House for Five Women bei Gradacac

Farbige Blechverkleidung über 20 Glastüren

Nach dem Krieg wurde die Save zum Grenzfluss zwischen Kroatien und Bosnien und Herzegovina. In der bosnischen Hälfte seitdem geteilten Region Posavina liegt die Kleinstadt Gradačac. Zwei Kilometer südwestlich, im Dorf Gornji Lukavac, wurde Anfang 2025 das House for Five Women eingeweiht. In dem vom serbisch-schweizerischen Architekturbüro TEN entworfenen, farbenfrohen Gebäude leben alleinstehende, weibliche Kriegs- und Gewaltopfer.

Das Gemeinschaftsprojekt bietet Wohnraum für alleinstehende, weibliche Kriegs- und Gewaltopfer.
Die Straßenfassade hat im Erdgeschoss eine Glasfront mit 20 Türen.
An beiden Enden befindet sich je ein Sanitärkubus

Das Projekt wurde von Hazima Smjalovic initiiert und gemeinsam mit Ingenieure ohne Grenzen Schweiz (IngOG+) und der Gemeinde Gradačac weiterentwickelt.

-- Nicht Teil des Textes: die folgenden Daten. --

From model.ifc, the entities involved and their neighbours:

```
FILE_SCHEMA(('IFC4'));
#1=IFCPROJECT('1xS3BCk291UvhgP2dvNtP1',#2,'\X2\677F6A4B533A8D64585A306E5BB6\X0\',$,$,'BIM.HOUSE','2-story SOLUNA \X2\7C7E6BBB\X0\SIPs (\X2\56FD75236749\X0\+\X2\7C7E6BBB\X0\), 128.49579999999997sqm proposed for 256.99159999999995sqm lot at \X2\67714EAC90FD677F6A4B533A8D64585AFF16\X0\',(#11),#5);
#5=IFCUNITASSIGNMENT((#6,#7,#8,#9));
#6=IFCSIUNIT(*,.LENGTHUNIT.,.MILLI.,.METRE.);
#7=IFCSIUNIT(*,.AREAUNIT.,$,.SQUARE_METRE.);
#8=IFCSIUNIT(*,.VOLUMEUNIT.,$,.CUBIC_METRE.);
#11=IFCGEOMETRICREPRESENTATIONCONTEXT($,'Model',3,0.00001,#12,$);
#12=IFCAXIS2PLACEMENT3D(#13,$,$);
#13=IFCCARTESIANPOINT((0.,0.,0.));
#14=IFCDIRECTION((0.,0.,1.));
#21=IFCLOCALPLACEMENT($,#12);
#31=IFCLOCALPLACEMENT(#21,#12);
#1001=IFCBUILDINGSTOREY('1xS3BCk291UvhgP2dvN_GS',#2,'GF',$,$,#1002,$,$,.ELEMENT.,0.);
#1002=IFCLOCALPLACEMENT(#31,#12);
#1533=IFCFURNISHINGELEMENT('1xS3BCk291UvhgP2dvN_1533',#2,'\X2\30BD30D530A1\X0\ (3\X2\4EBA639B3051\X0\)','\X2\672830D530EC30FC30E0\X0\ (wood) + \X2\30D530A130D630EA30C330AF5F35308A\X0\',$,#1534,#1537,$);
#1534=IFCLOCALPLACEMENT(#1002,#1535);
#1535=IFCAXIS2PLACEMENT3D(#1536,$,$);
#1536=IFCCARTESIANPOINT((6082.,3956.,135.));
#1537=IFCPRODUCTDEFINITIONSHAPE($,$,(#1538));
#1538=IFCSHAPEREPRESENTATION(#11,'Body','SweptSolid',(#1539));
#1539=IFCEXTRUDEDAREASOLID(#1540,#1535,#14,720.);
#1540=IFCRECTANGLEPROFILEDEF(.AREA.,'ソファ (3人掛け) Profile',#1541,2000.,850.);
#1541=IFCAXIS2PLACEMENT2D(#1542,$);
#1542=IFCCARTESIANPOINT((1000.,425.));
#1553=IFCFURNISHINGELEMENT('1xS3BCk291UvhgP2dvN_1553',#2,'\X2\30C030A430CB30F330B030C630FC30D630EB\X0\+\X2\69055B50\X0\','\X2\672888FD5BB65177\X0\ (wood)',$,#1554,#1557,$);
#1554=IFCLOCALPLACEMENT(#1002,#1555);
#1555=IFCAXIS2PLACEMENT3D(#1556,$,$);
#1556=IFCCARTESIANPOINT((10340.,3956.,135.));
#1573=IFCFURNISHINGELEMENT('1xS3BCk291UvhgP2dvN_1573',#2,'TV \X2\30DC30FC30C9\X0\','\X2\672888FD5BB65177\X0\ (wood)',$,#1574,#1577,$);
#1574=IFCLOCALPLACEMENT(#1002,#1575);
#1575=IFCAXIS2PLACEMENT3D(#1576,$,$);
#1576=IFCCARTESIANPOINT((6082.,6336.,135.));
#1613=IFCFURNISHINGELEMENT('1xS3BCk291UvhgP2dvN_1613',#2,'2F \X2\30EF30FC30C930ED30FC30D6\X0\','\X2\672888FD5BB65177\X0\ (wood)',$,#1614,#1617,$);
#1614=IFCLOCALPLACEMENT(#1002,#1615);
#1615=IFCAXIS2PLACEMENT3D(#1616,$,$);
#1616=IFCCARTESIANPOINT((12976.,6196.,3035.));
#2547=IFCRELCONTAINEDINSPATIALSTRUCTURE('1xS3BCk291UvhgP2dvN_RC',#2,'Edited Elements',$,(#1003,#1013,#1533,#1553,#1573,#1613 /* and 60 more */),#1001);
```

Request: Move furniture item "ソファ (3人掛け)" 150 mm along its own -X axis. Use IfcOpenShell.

```python
import ifcopenshell
import ifcopenshell.api.geometry
import ifcopenshell.util.placement

model = ifcopenshell.open("model.ifc")

item = model.by_id(1533)
matrix = ifcopenshell.util.placement.get_local_placement(item.ObjectPlacement)
matrix[:3, 3] -= matrix[:3, 0] * 150.0
ifcopenshell.api.geometry.edit_object_placement(model, product=item, matrix=matrix, is_si=False)

print(ifcopenshell.util.placement.get_local_placement(item.ObjectPlacement).round(3) + 0.0)

model.write("model_v2.ifc")
```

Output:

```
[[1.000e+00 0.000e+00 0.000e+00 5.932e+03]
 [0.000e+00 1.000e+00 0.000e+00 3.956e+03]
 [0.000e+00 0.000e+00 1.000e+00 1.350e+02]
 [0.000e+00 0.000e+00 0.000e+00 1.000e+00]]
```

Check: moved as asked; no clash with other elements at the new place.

Eigentümerin des Hauses und für dessen Betrieb verantwortlich ist die von IngOG+ gegründete Stiftung Naš Izvor (Deutsch: Unsere Quelle) in Zusammenarbeit mit der lokalen Frauenorganisation Vive Žene. Ziel ist es, für traumatisierte, sozial benachteiligte Frauen und ihre Kinder ein sicheres Zuhause zu schaffen. Sie werden Teil einer Wohngemeinschaft, die sich durch Bewirtschaftung des umliegenden Landes weitgehend selbst versorgt.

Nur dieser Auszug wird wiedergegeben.